Source data:
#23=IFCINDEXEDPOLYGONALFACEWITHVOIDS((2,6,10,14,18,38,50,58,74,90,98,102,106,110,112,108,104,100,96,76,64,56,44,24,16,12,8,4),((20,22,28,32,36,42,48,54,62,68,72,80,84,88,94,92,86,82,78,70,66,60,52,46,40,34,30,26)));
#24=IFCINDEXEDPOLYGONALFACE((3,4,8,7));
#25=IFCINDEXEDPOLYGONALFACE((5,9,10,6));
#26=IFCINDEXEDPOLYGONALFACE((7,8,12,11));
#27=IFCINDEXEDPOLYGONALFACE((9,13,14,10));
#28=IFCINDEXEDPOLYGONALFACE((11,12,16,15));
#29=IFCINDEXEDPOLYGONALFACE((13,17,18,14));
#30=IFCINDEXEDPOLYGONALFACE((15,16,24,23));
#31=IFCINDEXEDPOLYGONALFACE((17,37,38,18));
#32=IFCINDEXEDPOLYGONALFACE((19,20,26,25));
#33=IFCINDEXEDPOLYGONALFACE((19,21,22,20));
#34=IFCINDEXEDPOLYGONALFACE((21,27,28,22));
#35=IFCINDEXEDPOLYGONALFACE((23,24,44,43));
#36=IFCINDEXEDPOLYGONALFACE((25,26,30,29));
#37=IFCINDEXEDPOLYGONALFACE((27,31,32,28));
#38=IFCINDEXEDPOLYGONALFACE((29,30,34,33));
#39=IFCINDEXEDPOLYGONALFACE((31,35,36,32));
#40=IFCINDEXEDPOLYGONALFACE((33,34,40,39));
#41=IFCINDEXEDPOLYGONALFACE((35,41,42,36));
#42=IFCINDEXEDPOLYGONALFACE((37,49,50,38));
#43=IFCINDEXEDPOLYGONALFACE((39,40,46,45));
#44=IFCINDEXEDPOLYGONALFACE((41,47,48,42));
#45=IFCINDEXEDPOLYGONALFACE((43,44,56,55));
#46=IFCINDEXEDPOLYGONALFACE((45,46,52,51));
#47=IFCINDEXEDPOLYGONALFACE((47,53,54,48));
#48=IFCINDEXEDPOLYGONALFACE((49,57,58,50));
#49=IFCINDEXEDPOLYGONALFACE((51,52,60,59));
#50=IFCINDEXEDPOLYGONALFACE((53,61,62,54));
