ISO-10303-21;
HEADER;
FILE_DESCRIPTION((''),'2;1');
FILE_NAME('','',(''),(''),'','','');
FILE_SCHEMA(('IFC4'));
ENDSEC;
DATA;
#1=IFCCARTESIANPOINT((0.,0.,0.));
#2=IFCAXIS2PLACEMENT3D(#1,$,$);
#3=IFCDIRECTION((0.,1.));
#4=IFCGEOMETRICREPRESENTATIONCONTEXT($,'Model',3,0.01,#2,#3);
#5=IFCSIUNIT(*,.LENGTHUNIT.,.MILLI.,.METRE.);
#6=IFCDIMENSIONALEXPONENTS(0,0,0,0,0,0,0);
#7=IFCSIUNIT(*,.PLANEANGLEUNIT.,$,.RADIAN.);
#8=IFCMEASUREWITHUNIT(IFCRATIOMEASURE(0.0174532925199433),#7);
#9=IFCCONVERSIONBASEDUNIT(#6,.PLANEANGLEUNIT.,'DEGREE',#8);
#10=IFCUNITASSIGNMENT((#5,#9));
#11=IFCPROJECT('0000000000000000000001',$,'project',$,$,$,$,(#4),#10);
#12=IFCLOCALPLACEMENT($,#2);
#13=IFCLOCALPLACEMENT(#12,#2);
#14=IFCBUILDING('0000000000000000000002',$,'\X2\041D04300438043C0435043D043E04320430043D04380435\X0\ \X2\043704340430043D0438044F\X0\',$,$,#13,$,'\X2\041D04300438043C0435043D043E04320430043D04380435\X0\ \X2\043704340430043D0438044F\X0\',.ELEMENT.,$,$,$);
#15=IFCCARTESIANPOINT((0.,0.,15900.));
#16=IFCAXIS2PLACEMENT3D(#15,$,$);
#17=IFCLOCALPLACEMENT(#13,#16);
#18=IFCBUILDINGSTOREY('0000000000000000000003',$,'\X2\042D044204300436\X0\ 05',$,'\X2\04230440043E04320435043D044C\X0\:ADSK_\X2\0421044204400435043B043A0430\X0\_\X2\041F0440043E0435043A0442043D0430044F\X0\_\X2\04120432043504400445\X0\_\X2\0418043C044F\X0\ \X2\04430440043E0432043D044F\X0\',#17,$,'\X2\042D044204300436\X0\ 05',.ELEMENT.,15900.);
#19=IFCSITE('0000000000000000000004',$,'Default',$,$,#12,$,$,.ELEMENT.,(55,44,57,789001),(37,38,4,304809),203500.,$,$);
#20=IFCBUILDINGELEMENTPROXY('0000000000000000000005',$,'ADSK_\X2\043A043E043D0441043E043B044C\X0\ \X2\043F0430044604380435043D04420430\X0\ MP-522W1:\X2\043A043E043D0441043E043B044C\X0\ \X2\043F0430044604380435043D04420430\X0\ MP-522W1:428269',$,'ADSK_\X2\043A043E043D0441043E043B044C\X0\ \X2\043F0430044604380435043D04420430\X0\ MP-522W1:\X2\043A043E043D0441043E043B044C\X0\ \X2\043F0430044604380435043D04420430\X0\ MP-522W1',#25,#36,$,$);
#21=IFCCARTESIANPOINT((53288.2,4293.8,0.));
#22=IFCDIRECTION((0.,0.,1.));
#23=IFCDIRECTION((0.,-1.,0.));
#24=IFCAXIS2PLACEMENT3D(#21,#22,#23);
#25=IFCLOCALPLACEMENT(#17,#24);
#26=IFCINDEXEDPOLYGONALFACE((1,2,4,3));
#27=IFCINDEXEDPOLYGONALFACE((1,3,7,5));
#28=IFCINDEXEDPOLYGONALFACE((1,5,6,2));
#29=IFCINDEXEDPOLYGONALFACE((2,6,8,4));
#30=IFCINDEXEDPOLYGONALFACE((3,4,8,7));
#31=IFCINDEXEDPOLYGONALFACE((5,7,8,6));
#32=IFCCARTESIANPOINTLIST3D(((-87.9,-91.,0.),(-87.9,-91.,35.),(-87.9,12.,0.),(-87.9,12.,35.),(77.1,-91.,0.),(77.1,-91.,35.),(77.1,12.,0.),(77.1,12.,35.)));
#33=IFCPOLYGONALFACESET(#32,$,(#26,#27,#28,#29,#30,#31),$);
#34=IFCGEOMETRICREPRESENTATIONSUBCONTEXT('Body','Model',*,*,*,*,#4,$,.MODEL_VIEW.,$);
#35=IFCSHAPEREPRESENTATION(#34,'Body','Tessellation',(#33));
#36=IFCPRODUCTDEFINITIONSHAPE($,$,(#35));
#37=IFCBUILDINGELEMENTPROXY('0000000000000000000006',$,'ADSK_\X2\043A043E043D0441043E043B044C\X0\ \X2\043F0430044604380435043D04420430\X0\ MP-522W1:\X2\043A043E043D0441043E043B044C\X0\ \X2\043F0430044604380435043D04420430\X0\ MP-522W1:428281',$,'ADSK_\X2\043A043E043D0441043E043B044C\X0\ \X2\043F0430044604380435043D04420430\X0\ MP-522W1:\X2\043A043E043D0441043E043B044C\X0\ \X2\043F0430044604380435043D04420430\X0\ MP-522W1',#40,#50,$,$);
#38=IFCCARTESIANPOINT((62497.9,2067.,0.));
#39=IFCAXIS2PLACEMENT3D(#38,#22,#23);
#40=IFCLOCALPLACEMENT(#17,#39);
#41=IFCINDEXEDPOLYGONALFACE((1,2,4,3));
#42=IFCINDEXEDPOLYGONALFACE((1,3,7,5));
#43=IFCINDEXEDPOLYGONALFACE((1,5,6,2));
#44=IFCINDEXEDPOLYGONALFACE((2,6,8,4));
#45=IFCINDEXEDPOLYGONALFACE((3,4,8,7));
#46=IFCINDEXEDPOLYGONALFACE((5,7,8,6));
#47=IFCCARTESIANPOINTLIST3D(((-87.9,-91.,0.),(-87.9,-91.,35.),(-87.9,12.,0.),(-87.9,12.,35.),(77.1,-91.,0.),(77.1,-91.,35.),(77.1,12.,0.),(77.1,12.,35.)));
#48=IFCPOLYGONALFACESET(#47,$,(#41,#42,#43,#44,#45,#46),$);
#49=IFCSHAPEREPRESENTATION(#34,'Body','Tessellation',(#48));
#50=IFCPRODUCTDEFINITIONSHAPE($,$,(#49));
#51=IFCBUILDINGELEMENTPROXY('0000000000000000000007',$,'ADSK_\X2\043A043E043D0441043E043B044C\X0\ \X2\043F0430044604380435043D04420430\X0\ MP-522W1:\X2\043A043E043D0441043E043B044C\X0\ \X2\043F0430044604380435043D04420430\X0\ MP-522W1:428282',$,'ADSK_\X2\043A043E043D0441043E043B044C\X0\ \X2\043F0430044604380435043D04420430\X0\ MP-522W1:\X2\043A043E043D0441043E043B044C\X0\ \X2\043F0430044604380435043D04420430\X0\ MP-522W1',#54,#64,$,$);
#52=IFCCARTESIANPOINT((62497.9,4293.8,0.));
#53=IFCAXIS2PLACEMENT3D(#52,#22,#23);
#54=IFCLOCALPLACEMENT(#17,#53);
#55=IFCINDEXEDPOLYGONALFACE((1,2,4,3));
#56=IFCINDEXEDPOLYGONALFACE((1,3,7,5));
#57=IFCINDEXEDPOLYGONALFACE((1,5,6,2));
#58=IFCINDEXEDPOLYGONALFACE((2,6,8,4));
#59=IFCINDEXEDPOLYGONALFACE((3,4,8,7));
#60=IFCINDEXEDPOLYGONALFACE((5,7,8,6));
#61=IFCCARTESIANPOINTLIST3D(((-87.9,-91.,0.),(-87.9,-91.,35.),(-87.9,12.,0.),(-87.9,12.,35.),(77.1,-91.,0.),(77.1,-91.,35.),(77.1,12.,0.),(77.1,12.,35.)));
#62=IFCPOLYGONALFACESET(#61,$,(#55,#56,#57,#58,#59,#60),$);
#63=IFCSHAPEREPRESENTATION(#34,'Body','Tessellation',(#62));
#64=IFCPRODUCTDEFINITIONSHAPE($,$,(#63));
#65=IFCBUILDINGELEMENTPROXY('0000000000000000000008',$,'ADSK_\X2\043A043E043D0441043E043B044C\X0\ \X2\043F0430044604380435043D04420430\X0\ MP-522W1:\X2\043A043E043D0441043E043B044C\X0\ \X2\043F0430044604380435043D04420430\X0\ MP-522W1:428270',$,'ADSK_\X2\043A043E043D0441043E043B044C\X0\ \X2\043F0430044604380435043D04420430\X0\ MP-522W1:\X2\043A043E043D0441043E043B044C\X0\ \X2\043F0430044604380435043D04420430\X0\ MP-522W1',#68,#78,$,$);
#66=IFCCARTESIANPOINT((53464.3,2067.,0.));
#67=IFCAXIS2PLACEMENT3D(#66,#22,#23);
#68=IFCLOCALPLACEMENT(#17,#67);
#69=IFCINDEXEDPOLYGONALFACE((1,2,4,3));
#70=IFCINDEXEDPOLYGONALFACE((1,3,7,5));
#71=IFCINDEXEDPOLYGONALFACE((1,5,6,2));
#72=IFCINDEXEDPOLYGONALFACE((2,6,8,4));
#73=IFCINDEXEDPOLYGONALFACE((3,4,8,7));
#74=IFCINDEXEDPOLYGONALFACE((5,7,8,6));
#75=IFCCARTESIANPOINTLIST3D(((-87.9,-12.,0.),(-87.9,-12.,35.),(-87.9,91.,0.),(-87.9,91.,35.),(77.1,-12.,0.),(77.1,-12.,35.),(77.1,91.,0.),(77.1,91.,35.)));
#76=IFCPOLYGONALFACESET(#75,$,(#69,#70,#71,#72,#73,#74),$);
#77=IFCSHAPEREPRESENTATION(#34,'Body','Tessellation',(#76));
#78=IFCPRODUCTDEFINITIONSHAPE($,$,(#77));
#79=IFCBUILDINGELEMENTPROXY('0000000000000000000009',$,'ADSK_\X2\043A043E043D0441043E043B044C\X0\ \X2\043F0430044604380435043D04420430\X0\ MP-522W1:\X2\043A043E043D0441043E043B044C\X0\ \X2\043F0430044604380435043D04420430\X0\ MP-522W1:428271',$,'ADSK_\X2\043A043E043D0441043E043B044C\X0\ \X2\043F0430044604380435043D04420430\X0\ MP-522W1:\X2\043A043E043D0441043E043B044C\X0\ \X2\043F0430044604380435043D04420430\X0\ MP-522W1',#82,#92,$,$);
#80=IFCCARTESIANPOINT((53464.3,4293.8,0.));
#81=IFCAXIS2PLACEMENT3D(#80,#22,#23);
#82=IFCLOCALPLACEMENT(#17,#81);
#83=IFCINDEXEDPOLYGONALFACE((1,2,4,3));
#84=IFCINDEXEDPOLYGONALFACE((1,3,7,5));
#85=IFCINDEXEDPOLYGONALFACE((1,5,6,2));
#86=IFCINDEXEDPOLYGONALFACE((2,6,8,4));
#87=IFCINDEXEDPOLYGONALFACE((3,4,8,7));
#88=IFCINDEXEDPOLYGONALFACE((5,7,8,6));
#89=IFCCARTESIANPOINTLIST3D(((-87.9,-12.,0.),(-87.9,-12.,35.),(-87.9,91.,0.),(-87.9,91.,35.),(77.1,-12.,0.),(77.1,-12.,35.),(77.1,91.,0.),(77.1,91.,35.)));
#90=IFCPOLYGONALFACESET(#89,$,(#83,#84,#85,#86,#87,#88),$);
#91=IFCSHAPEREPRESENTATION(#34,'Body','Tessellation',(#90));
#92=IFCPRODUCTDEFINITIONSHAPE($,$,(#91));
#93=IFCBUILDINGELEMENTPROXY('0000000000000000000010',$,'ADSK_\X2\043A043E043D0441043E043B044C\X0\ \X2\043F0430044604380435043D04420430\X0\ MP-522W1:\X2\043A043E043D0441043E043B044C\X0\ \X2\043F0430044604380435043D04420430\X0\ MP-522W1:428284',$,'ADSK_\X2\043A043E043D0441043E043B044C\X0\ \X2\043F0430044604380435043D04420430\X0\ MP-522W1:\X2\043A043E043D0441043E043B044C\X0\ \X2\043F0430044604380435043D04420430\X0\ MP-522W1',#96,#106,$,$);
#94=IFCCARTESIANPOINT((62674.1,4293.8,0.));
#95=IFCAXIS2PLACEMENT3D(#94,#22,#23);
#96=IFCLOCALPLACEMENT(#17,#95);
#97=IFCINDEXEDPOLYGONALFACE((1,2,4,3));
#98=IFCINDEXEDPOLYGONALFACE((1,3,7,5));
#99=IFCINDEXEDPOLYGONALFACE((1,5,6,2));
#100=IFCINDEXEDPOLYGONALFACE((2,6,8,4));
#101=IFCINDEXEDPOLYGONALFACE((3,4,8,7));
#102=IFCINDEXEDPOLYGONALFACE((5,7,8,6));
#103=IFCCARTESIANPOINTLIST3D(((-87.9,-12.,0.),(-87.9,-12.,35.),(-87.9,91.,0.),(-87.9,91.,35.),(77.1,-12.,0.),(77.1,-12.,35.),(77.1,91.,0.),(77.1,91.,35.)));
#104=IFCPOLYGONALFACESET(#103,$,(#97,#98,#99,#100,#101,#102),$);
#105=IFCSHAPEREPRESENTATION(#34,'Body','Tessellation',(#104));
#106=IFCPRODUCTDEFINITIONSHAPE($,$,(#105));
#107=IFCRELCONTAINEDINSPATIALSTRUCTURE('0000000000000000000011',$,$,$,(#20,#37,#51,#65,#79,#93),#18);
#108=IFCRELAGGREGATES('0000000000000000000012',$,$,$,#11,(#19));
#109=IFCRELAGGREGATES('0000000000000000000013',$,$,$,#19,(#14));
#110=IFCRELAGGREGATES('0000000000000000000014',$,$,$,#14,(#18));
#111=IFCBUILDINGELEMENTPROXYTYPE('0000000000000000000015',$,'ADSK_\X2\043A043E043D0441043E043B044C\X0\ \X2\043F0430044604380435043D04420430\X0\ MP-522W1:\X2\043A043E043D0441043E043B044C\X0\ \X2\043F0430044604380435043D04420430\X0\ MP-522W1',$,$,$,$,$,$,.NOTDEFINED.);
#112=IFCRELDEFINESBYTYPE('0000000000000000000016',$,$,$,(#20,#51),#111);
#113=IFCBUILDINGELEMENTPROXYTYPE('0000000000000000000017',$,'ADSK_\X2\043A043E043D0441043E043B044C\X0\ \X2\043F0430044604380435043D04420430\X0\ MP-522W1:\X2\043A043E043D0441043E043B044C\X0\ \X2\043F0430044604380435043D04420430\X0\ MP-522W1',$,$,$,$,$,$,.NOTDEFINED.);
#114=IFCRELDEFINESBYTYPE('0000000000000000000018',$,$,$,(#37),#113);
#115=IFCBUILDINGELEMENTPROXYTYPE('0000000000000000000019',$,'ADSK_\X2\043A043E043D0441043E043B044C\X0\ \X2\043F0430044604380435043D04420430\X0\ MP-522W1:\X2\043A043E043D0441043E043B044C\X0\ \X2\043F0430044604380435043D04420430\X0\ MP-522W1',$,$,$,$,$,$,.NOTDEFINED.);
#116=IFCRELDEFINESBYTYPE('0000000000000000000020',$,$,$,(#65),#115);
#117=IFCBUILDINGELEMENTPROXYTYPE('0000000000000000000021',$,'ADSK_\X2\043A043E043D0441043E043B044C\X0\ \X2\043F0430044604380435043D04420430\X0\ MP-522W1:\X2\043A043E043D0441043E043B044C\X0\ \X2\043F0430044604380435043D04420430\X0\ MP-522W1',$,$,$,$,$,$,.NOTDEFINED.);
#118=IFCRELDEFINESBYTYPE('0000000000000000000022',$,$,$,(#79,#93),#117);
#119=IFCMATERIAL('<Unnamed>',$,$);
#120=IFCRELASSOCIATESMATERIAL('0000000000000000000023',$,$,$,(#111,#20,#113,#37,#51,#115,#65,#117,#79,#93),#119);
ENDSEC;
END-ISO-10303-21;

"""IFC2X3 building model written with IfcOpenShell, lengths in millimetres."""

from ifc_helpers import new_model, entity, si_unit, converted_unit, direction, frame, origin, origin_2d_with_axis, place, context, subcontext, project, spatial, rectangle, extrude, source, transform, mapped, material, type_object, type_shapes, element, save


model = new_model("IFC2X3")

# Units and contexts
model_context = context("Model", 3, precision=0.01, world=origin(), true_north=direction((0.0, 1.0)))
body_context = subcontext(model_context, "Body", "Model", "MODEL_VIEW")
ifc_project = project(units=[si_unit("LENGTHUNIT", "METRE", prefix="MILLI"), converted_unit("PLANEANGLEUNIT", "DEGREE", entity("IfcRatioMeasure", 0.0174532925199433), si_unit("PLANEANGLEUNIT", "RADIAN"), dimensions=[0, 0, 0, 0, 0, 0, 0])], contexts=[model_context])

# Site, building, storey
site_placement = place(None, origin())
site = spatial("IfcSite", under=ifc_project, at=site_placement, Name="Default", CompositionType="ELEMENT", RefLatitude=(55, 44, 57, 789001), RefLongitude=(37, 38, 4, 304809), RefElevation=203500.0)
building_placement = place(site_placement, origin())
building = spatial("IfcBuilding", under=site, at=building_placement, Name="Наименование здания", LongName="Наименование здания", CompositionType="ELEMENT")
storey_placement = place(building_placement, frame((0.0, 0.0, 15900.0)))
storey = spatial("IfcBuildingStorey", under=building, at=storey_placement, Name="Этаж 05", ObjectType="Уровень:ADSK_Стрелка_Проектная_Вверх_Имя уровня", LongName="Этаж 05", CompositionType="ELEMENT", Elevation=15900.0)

Exercise instructions: From the top of the material above, print every line exactly, ending with the line that holds "#49=IFCINDEXEDPOLYGONALFACE((51,52,60,59));".

Response below:
#23=IFCINDEXEDPOLYGONALFACEWITHVOIDS((2,6,10,14,18,38,50,58,74,90,98,102,106,110,112,108,104,100,96,76,64,56,44,24,16,12,8,4),((20,22,28,32,36,42,48,54,62,68,72,80,84,88,94,92,86,82,78,70,66,60,52,46,40,34,30,26)));
#24=IFCINDEXEDPOLYGONALFACE((3,4,8,7));
#25=IFCINDEXEDPOLYGONALFACE((5,9,10,6));
#26=IFCINDEXEDPOLYGONALFACE((7,8,12,11));
#27=IFCINDEXEDPOLYGONALFACE((9,13,14,10));
#28=IFCINDEXEDPOLYGONALFACE((11,12,16,15));
#29=IFCINDEXEDPOLYGONALFACE((13,17,18,14));
#30=IFCINDEXEDPOLYGONALFACE((15,16,24,23));
#31=IFCINDEXEDPOLYGONALFACE((17,37,38,18));
#32=IFCINDEXEDPOLYGONALFACE((19,20,26,25));
#33=IFCINDEXEDPOLYGONALFACE((19,21,22,20));
#34=IFCINDEXEDPOLYGONALFACE((21,27,28,22));
#35=IFCINDEXEDPOLYGONALFACE((23,24,44,43));
#36=IFCINDEXEDPOLYGONALFACE((25,26,30,29));
#37=IFCINDEXEDPOLYGONALFACE((27,31,32,28));
#38=IFCINDEXEDPOLYGONALFACE((29,30,34,33));
#39=IFCINDEXEDPOLYGONALFACE((31,35,36,32));
#40=IFCINDEXEDPOLYGONALFACE((33,34,40,39));
#41=IFCINDEXEDPOLYGONALFACE((35,41,42,36));
#42=IFCINDEXEDPOLYGONALFACE((37,49,50,38));
#43=IFCINDEXEDPOLYGONALFACE((39,40,46,45));
#44=IFCINDEXEDPOLYGONALFACE((41,47,48,42));
#45=IFCINDEXEDPOLYGONALFACE((43,44,56,55));
#46=IFCINDEXEDPOLYGONALFACE((45,46,52,51));
#47=IFCINDEXEDPOLYGONALFACE((47,53,54,48));
#48=IFCINDEXEDPOLYGONALFACE((49,57,58,50));
#49=IFCINDEXEDPOLYGONALFACE((51,52,60,59));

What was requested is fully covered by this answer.